Home De grootste huiskamer van Nederland

De grootste huiskamer van Nederland

Door Martijn Meijer op 13 maart 2013

07-2003 Filosofie magazine Lees het magazine
Volkskunstenaar Anton Pieck weet ook deze nazomer de pretparkbezoeker te bekoren met zijn Sprookjesbos. Een rondgang door de Efteling – aarzelend tussen pret en heimwee naar wat voorgoed voorbij is.

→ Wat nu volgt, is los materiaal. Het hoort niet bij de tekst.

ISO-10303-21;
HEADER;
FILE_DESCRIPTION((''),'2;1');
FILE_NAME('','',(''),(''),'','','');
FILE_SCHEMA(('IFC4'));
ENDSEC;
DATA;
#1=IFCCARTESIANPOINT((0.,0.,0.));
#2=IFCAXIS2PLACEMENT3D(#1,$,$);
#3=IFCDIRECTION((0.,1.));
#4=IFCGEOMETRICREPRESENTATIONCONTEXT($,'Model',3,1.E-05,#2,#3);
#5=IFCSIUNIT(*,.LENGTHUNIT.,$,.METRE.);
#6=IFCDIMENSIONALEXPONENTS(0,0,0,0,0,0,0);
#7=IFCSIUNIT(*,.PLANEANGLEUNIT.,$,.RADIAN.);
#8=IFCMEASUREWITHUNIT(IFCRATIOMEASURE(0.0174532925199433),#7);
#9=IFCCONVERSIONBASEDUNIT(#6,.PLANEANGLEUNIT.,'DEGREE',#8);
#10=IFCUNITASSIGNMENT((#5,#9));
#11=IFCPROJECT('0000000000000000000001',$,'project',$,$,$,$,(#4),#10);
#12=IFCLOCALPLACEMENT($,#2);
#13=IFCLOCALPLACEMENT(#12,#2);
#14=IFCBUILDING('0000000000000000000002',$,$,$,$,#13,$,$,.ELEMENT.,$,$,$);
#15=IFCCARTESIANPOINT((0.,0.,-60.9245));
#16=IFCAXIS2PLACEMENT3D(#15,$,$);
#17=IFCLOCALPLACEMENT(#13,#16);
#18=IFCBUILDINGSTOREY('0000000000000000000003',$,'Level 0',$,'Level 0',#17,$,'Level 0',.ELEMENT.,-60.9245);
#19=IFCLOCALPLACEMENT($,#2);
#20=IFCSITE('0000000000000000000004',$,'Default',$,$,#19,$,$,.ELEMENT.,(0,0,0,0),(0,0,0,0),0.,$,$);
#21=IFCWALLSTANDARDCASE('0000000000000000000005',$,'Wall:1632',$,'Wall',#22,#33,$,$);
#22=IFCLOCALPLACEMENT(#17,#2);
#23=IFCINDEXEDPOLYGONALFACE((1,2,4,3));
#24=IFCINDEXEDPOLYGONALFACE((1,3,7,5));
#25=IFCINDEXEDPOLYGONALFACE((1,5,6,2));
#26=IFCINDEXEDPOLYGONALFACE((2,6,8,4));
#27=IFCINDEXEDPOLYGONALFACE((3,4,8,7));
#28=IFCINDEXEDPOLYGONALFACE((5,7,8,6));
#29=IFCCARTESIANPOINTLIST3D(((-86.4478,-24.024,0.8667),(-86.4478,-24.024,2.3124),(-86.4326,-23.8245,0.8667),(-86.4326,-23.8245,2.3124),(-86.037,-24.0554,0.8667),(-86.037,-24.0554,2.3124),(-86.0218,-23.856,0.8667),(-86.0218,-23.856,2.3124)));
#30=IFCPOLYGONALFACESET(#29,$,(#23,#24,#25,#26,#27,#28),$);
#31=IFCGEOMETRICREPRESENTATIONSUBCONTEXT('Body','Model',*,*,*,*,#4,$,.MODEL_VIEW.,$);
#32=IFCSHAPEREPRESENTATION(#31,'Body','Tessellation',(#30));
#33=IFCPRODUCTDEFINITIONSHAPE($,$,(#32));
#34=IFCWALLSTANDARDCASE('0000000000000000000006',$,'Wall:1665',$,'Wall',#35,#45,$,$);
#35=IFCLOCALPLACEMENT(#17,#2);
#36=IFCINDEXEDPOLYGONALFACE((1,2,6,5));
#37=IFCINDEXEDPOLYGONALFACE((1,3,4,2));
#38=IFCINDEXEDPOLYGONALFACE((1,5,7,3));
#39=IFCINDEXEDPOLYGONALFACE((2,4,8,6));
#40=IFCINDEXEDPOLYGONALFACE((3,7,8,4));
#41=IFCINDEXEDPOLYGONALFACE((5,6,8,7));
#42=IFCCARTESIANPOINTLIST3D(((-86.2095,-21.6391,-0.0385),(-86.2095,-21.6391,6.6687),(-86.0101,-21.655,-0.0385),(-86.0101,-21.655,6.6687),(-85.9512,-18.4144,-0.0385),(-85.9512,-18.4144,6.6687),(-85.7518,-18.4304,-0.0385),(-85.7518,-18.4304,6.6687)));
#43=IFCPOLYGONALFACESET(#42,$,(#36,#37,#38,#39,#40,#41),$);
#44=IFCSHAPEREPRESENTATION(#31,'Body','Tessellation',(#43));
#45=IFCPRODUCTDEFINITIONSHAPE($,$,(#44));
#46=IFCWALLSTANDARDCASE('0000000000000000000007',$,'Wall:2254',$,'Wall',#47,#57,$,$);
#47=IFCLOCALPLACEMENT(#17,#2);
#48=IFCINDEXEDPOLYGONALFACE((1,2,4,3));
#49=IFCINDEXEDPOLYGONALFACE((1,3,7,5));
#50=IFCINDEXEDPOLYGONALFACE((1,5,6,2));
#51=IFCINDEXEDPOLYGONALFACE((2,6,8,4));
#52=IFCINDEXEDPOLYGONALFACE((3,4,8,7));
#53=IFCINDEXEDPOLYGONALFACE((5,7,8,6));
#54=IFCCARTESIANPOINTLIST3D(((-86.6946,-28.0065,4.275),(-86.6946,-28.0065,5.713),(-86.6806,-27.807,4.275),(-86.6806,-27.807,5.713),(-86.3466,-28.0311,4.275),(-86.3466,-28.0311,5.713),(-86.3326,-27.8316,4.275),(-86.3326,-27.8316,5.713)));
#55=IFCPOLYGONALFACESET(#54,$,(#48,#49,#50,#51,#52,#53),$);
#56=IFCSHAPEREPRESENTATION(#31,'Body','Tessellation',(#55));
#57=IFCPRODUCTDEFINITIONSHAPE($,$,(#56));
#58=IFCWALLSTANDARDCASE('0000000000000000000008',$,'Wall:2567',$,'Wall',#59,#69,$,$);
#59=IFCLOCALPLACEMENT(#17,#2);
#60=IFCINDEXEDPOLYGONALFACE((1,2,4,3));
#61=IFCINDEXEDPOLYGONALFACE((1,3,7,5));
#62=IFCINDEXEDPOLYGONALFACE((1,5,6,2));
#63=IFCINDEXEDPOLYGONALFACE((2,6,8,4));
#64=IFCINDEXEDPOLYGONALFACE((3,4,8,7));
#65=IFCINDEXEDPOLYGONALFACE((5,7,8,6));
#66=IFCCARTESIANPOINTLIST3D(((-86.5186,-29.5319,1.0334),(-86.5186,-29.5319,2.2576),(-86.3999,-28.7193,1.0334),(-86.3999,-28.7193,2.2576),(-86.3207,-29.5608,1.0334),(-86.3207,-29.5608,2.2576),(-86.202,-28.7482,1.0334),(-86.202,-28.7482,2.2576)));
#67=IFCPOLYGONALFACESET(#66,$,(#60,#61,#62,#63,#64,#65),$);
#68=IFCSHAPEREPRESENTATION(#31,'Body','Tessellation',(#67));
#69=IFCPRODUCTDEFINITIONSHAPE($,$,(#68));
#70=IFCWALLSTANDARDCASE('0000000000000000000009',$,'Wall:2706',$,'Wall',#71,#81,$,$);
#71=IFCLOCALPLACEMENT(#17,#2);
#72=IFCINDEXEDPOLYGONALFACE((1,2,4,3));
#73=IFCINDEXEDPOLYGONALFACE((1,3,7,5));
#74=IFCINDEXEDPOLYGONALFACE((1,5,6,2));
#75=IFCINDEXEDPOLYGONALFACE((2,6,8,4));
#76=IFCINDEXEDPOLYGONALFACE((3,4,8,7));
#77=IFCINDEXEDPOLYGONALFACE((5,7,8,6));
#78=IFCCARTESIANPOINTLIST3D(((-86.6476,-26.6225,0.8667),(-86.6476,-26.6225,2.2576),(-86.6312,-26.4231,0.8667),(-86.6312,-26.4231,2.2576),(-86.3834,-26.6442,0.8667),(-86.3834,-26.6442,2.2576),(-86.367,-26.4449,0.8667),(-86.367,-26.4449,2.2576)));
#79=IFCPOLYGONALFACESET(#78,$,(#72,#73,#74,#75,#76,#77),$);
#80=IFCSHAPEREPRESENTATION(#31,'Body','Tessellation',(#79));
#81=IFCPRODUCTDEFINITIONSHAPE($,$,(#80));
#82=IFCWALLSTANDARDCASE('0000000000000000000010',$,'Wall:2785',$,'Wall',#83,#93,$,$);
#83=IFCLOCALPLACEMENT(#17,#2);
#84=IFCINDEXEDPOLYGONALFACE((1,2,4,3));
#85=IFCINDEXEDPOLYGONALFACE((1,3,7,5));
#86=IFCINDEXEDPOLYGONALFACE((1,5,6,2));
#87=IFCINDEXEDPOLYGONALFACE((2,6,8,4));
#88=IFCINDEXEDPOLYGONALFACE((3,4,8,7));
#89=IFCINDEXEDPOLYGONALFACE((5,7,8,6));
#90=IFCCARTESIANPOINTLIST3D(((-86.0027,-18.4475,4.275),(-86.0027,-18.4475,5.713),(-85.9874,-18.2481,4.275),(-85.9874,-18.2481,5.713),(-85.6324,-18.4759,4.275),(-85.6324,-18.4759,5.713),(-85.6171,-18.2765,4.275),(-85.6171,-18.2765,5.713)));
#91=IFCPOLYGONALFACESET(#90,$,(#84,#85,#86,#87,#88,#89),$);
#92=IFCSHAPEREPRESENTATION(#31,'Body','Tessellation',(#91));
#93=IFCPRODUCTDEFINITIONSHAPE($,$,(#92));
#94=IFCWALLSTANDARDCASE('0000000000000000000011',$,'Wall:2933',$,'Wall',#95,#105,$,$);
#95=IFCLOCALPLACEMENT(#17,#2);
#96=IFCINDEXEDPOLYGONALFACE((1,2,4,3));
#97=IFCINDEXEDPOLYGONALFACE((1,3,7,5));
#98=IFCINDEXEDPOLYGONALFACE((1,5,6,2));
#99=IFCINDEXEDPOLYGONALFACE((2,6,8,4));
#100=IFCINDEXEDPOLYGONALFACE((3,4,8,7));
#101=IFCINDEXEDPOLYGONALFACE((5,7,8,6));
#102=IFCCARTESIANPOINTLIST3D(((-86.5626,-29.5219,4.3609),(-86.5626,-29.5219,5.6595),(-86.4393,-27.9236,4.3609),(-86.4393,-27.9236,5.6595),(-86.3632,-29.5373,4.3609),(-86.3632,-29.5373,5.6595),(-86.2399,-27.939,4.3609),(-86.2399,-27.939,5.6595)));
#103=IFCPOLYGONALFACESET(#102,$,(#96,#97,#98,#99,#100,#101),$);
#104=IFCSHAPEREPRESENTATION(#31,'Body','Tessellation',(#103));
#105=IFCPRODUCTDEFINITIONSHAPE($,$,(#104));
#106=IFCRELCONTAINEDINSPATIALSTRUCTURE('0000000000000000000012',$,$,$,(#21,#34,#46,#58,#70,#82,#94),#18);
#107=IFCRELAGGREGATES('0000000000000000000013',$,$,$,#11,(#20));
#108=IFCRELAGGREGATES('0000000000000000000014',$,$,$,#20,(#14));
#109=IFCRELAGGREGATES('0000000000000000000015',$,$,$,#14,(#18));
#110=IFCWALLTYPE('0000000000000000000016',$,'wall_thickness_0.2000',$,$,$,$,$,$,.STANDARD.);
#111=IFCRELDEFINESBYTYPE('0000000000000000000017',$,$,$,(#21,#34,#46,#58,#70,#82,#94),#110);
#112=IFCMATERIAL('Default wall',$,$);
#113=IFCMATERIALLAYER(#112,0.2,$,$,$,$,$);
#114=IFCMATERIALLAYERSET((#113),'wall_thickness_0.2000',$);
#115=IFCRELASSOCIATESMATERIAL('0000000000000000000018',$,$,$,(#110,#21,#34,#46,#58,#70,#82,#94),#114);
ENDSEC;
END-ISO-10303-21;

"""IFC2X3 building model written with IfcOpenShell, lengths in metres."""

from ifc_helpers import new_model, entity, si_unit, converted_unit, direction, frame, origin, place, context, subcontext, project, spatial, polyline, outline, extrude, material, layer, layer_set, layer_usage, type_object, element, save


model = new_model("IFC2X3")

# Units and contexts
model_context = context("Model", 3, precision=1e-05, world=origin(), true_north=direction((0.0, 1.0)))
body_context = subcontext(model_context, "Body", "Model", "MODEL_VIEW")
ifc_project = project(units=[si_unit("LENGTHUNIT", "METRE"), converted_unit("PLANEANGLEUNIT", "DEGREE", entity("IfcRatioMeasure", 0.0174532925199433), si_unit("PLANEANGLEUNIT", "RADIAN"), dimensions=[0, 0, 0, 0, 0, 0, 0])], contexts=[model_context])

# Site, building, storey
site_placement = place(None, origin())
site = spatial("IfcSite", under=ifc_project, at=site_placement, Name="Default", CompositionType="ELEMENT", RefLatitude=(0, 0, 0, 0), RefLongitude=(0, 0, 0, 0), RefElevation=0.0)
placement_1 = place(None, origin())
building_placement = place(placement_1, origin())
building = spatial("IfcBuilding", under=site, at=building_placement, CompositionType="ELEMENT")
storey_placement = place(building_placement, frame((0.0, 0.0, -60.9245)))
storey = spatial("IfcBuildingStorey", under=building, at=storey_placement, Name="Level 0", ObjectType="Level 0", LongName="Level 0", CompositionType="ELEMENT", Elevation=-60.9245)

Dit artikel is exclusief voor abonnees

Dit artikel op Filosofie.nl is alleen toegankelijk voor abonnees. Met liefde en zorg werken wij iedere dag weer aan de beste verhalen over filosofie. Steun ons door lid te worden voor maar €4,99 per maand. Log in om als abonnee direct verder te kunnen lezen of sluit een abonnement af.

In het midden van de Efteling ligt een rotonde. Niet geheel toevallig misschien, in dit goed geregisseerde attractiepark; de cirkel is de basisvorm van het vermaak. Honderd maal keert de cirkel dan ook terug in de Efteling. De grootste cirkel wordt beschreven door de stoomtrein, die langs de grenzen van het park rijdt. Daarbinnen vind je er meer: de Python, de achtbaan die in twee lussen over de kop gaat. En de ouderwetse stoomcarrousel, waarin je een ritje kunt maken op een paard of een varken; de oer-attractie van de Efteling, uit 1956, de eerste die buiten de grenzen van het Sprookjesbos stond. Als je aan het eind van de dag weer bij de uitgang staat, is je persoonlijke cirkel gesloten.

De rechte lijn: dat is het werk, de vooruitgang, de rationaliteit. De cirkel: dat is de vrije tijd, de herhaling, het gevoel. Hoeveel je ook beleeft terwijl je de rondgang door de Efteling maakt, je komt altijd weer op je uitgangspunt terug. Je bent ontspannen misschien, uitgeput of voldaan, maar verder heb je er niets bij gewonnen. Je hebt pret gemaakt, of, liever gezegd: zij hebben de pret gemaakt en jij hebt de pret geconsumeerd. Samen met 8219 andere mensen, gemiddeld; jaarlijks komen er drie miljoen bezoekers en dat maakt de Efteling tot de grootste attractie van Nederland.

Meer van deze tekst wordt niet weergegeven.